Nope, Qi and spirit are 2 different things when it comes to Traditional Chinese medicine, Chinese martial arts and Qigong.

And none are related to soul


----------



## CuongNhuka (Aug 1, 2006)

The abouve are right. The soul is a more heaven based, metaphysical concept. ki (or what ever you want to call) is inside your body at every moment of your life. At death your soul either goes into heaven or is reincarnated in someone else. Depending on what you believe. Ki goes back to were it comes from. And who knows how many places it is beleived to come from.
There is how ever a small faction of Taoism that is mixed Confusism and Shinto that believes that the ki is the energy derived from the soul. Something to think about.


----------



## Carol (Aug 3, 2006)

I agree.  I think we move our ki through rooting, acupuncture, accupressure or meridian therapy, reiki and the like, but I don't think that affects our soul or _atma._


----------



## Brother John (Aug 3, 2006)

shesulsa said:
			
		

> Is chi / ki / qi energy the same as your spirit? part of your spirit? or is the energy that which emanates from your total being and the breath of spirit?


No, I don't think they are the same.
In the oriental cultures, from my experience and in my understanding (limited), I don't think that there's a great difference made between "Mind" and "Spirit". In most of the literature I've read on "Chi" and/or "Ki", it's controlled by the mind or spirit, but is a seperate energy all it's own.

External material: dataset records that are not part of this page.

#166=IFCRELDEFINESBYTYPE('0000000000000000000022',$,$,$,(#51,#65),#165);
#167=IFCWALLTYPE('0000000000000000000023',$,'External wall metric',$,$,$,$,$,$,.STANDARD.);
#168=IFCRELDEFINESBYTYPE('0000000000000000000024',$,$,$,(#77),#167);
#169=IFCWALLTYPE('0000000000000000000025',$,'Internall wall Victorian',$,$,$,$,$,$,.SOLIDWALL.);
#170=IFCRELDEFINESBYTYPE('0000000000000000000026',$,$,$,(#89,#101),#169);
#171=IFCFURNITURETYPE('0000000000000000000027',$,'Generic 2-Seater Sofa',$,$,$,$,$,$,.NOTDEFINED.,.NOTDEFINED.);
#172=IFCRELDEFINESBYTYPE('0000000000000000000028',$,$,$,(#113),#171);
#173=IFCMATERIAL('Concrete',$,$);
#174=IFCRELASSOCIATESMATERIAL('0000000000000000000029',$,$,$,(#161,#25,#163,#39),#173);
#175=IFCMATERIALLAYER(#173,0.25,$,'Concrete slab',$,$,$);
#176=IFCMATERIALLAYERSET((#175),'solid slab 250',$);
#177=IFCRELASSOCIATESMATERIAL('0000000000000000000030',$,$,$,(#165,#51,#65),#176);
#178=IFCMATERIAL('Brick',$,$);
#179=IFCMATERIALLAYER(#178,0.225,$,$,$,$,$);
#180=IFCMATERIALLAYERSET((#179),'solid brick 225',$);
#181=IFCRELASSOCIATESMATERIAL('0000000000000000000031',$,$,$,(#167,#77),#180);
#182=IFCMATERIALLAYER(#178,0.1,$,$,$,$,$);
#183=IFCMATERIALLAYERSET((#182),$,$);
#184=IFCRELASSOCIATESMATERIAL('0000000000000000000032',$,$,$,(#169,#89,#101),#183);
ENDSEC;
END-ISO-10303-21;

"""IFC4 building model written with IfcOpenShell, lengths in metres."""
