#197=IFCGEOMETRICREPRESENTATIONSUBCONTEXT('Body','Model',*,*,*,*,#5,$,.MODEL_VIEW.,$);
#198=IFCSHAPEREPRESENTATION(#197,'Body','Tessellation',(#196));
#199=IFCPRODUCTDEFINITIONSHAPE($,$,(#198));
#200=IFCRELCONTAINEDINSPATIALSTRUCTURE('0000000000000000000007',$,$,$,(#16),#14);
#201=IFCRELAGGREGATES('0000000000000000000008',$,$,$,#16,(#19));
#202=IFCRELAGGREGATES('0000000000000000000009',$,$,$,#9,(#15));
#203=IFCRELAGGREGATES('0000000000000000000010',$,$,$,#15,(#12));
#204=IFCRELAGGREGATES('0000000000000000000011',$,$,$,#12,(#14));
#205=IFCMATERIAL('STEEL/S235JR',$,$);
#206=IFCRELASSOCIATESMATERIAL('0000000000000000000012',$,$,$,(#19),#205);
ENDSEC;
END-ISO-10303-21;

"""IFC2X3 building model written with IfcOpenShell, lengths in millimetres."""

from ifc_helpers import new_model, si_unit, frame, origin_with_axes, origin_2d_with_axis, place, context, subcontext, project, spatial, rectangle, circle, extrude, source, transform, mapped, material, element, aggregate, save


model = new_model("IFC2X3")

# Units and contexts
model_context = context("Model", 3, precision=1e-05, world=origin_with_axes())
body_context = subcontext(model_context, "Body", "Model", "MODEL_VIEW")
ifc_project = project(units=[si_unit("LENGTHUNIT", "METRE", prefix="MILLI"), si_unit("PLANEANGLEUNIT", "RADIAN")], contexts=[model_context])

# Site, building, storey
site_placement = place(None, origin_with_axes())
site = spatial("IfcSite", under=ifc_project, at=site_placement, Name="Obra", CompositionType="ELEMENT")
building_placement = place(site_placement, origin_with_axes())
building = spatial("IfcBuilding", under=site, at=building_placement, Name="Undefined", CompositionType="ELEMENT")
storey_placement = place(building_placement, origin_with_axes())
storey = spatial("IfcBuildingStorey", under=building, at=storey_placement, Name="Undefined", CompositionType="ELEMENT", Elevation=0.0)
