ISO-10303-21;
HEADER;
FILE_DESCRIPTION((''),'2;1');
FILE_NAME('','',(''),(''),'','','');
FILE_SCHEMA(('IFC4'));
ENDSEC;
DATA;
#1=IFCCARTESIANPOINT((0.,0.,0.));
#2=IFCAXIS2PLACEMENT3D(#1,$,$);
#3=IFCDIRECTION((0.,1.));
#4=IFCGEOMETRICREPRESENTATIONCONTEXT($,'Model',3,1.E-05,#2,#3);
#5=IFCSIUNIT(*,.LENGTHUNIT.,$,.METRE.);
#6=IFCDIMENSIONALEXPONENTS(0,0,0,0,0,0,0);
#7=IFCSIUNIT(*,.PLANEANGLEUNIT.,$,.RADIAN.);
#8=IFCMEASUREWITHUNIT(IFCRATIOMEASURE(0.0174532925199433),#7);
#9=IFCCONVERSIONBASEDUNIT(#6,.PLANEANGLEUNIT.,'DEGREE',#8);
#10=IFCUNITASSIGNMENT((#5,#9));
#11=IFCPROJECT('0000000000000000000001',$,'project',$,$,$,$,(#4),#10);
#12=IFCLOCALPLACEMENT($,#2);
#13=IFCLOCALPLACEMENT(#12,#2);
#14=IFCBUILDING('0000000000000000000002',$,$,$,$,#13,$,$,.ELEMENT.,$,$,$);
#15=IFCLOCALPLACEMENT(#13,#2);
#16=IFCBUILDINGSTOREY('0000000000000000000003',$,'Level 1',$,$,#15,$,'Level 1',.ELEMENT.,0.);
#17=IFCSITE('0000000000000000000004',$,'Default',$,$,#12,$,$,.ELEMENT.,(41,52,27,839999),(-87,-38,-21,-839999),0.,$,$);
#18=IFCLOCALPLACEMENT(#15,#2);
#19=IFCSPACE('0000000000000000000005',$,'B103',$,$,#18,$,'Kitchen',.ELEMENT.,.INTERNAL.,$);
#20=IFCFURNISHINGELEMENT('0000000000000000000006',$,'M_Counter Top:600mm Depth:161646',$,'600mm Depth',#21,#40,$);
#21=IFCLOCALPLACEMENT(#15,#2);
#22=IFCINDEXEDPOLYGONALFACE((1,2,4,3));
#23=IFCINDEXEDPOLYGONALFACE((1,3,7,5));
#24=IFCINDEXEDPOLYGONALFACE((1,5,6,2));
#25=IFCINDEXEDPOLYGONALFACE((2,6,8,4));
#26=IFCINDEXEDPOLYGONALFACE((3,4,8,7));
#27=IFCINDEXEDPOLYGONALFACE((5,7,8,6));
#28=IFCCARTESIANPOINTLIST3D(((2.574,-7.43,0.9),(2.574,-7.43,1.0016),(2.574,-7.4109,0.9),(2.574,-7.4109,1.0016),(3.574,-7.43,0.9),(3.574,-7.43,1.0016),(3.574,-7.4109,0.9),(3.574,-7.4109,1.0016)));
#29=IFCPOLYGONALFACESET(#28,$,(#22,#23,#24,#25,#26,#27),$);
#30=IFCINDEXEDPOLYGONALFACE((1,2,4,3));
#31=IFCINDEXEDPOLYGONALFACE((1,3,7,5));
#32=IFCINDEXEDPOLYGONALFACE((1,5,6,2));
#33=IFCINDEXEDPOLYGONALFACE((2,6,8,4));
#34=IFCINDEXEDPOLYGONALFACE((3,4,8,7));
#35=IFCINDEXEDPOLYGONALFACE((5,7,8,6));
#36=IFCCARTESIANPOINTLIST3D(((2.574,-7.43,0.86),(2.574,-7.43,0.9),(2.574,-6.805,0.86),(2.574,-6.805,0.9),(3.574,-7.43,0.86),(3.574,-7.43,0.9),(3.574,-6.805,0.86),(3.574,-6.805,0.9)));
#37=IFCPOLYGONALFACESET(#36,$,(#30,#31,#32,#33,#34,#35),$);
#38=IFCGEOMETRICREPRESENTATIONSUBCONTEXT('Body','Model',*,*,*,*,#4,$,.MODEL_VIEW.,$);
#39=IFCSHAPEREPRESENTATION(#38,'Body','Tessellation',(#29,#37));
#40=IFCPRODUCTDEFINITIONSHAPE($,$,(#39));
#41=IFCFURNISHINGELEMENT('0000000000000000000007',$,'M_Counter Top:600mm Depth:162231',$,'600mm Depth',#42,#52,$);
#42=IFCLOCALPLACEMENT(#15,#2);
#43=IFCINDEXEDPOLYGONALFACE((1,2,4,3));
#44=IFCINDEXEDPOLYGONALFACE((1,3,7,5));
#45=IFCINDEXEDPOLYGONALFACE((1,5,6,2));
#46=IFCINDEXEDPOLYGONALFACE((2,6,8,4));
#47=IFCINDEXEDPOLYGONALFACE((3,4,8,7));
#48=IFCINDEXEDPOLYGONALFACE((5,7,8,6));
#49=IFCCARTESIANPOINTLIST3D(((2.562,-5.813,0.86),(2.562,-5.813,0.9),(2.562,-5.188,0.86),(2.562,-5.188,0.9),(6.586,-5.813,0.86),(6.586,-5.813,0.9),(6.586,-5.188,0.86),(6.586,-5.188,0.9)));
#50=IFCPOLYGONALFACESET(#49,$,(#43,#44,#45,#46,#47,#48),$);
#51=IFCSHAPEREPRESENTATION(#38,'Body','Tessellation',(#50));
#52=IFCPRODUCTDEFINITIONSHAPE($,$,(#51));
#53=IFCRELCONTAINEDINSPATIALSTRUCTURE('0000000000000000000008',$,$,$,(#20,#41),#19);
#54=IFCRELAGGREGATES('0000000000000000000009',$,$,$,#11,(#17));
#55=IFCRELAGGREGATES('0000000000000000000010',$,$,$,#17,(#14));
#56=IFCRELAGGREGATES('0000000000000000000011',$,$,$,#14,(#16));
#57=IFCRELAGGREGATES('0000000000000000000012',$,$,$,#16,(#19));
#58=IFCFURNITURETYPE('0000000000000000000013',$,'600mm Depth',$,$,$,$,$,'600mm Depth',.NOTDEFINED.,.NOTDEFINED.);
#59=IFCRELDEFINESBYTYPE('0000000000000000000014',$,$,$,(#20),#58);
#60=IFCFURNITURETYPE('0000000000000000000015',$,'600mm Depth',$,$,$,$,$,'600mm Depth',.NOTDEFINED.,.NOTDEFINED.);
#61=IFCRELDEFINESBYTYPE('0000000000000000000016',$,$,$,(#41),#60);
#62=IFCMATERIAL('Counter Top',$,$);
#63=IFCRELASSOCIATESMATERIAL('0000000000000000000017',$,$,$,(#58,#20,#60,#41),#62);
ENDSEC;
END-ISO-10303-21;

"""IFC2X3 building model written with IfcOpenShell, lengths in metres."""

from ifc_helpers import new_model, entity, si_unit, converted_unit, direction, frame, frame_2d, origin, place, context, subcontext, project, spatial, rectangle, extrude, source, transform, mapped, material, type_object, type_shapes, element, save


model = new_model("IFC2X3")

# Units and contexts
model_context = context("Model", 3, precision=1e-05, world=origin(), true_north=direction((0.0, 1.0)))
body_context = subcontext(model_context, "Body", "Model", "MODEL_VIEW")
ifc_project = project(units=[si_unit("LENGTHUNIT", "METRE"), converted_unit("PLANEANGLEUNIT", "DEGREE", entity("IfcRatioMeasure", 0.0174532925199433), si_unit("PLANEANGLEUNIT", "RADIAN"), dimensions=[0, 0, 0, 0, 0, 0, 0])], contexts=[model_context])

# Site, building, storey
site_placement = place(None, origin())
site = spatial("IfcSite", under=ifc_project, at=site_placement, Name="Default", CompositionType="ELEMENT", RefLatitude=(41, 52, 27, 839999), RefLongitude=(-87, -38, -21, -839999), RefElevation=0.0)
building_placement = place(site_placement, origin())
building = spatial("IfcBuilding", under=site, at=building_placement, CompositionType="ELEMENT")
storey_placement = place(building_placement, origin())
storey = spatial("IfcBuildingStorey", under=building, at=storey_placement, Name="Level 1", LongName="Level 1", CompositionType="ELEMENT", Elevation=0.0)

# Shared definitions
space_1_placement = place(storey_placement, origin())
space_1 = spatial("IfcSpace", under=storey, at=space_1_placement, Name="B103", LongName="Kitchen", CompositionType="ELEMENT", InteriorOrExteriorSpace="INTERNAL")

# Shared definitions
ifc_material_1 = material(Name="Counter Top")

# Furnishing elements
furniture_type_1 = type_object("IfcFurnitureType", Name="600mm Depth", ElementType="600mm Depth", AssemblyPlace="NOTDEFINED", material=ifc_material_1)
shared_shape_1 = source(origin(), body_context, "Body", "SweptSolid", [
    extrude(rectangle(XDim=0.0191, YDim=1.0, at=frame_2d((0.0, 0.0), x_axis=(1.0, 0.0))), frame((-0.7005, -0.0095, 0.9), z_axis=(0.0, 0.0, 1.0), x_axis=(0.0, -1.0, 0.0)), (0.0, 0.0, 1.0), 0.1016),
    extrude(rectangle(XDim=1.0, YDim=0.625, at=frame_2d((0.0, 0.0), x_axis=(1.0, 0.0))), frame((-0.7005, -0.3125, 0.86), z_axis=(0.0, 0.0, 1.0), x_axis=(-1.0, 0.0, 0.0)), (0.0, 0.0, 1.0), 0.04),
])
type_shapes(furniture_type_1, [shared_shape_1])
furnishing_1_placement = place(space_1_placement, frame((2.3735, -7.43, 0.0), z_axis=(0.0, 0.0, 1.0), x_axis=(-1.0, 0.0, 0.0)))
element("IfcFurnishingElement", 1, at=furnishing_1_placement, inside=space_1, type_object=furniture_type_1, material=ifc_material_1, Name="M_Counter Top:600mm Depth:161646", ObjectType="600mm Depth", context=body_context, shape_type="MappedRepresentation", body=[
    mapped(shared_shape_1, transform((0.0, 0.0, 0.0), scale=1.0)),
])
furniture_type_2 = type_object("IfcFurnitureType", Name="600mm Depth", ElementType="600mm Depth", AssemblyPlace="NOTDEFINED", material=ifc_material_1)
shared_shape_2 = source(origin(), body_context, "Body", "SweptSolid", [
    extrude(rectangle(XDim=4.024, YDim=0.625, at=frame_2d((0.0, 0.0), x_axis=(1.0, 0.0))), frame((0.8115, -0.3125, 0.86), z_axis=(0.0, 0.0, 1.0), x_axis=(-1.0, 0.0, 0.0)), (0.0, 0.0, 1.0), 0.04),
])
type_shapes(furniture_type_2, [shared_shape_2])
furnishing_2_placement = place(space_1_placement, frame((3.7625, -5.188, 0.0)))
element("IfcFurnishingElement", 2, at=furnishing_2_placement, inside=space_1, type_object=furniture_type_2, material=ifc_material_1, Name="M_Counter Top:600mm Depth:162231", ObjectType="600mm Depth", context=body_context, shape_type="MappedRepresentation", body=[
    mapped(shared_shape_2, transform((0.0, 0.0, 0.0), scale=1.0)),
])

save(model, "model.ifc")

They relate to one another however. I think most would agree that someone with a 'disturbed' spirit wouldn't be adroit at manipulating their "Chi" or their mind either one.

Also: Something interesting to note...
Most all cultures around the world, the oriental and the occidental both, have words that mean both "Soul" or "Spirit" AND "breath"! Very interesting to note.
In the Hebrew/Christian faith: the Ruach ha Qodesh (spelled differently by different people, this one chosen arbitrarily) means both "Holy Spirit"  AND "The Breath of God".
In the Greek we have "Pneuma"...simply.....spirit AND/OR breath. Also the word "Spirit" means both the sould/mind and the breath...as in our word "aSPIRation"....putting "spirit" as the base word for the word meaning to breath.

I mention this because another common thread throughout all of the Chi/Ki literature and instruction that I've gotten is that the "Breath" is vital in the cultivation and manipulation of Chi/Ki. Something to think about??
Enjoy!

Your Brother
John


----------



## OnlyAnEgg (Aug 3, 2006)

CuongNhuka said:
			
		

> There is how ever a small faction of Taoism that is mixed Confusism and Shinto that believes that the ki is the energy derived from the soul. Something to think about.


 
My personal belief is that the soul is a distinct and discreet aspect of a life that coordinates with mind and body, also distinct and discreet units.

I feel that ki is a facet of our existence that is made up of the combined energies of body, mind and soul and can, to some degree, be harnessed and directed.  I'm not sure that I believe some of the claims that practitioners of ki based systems maintain; but, I believe it can be used and directed.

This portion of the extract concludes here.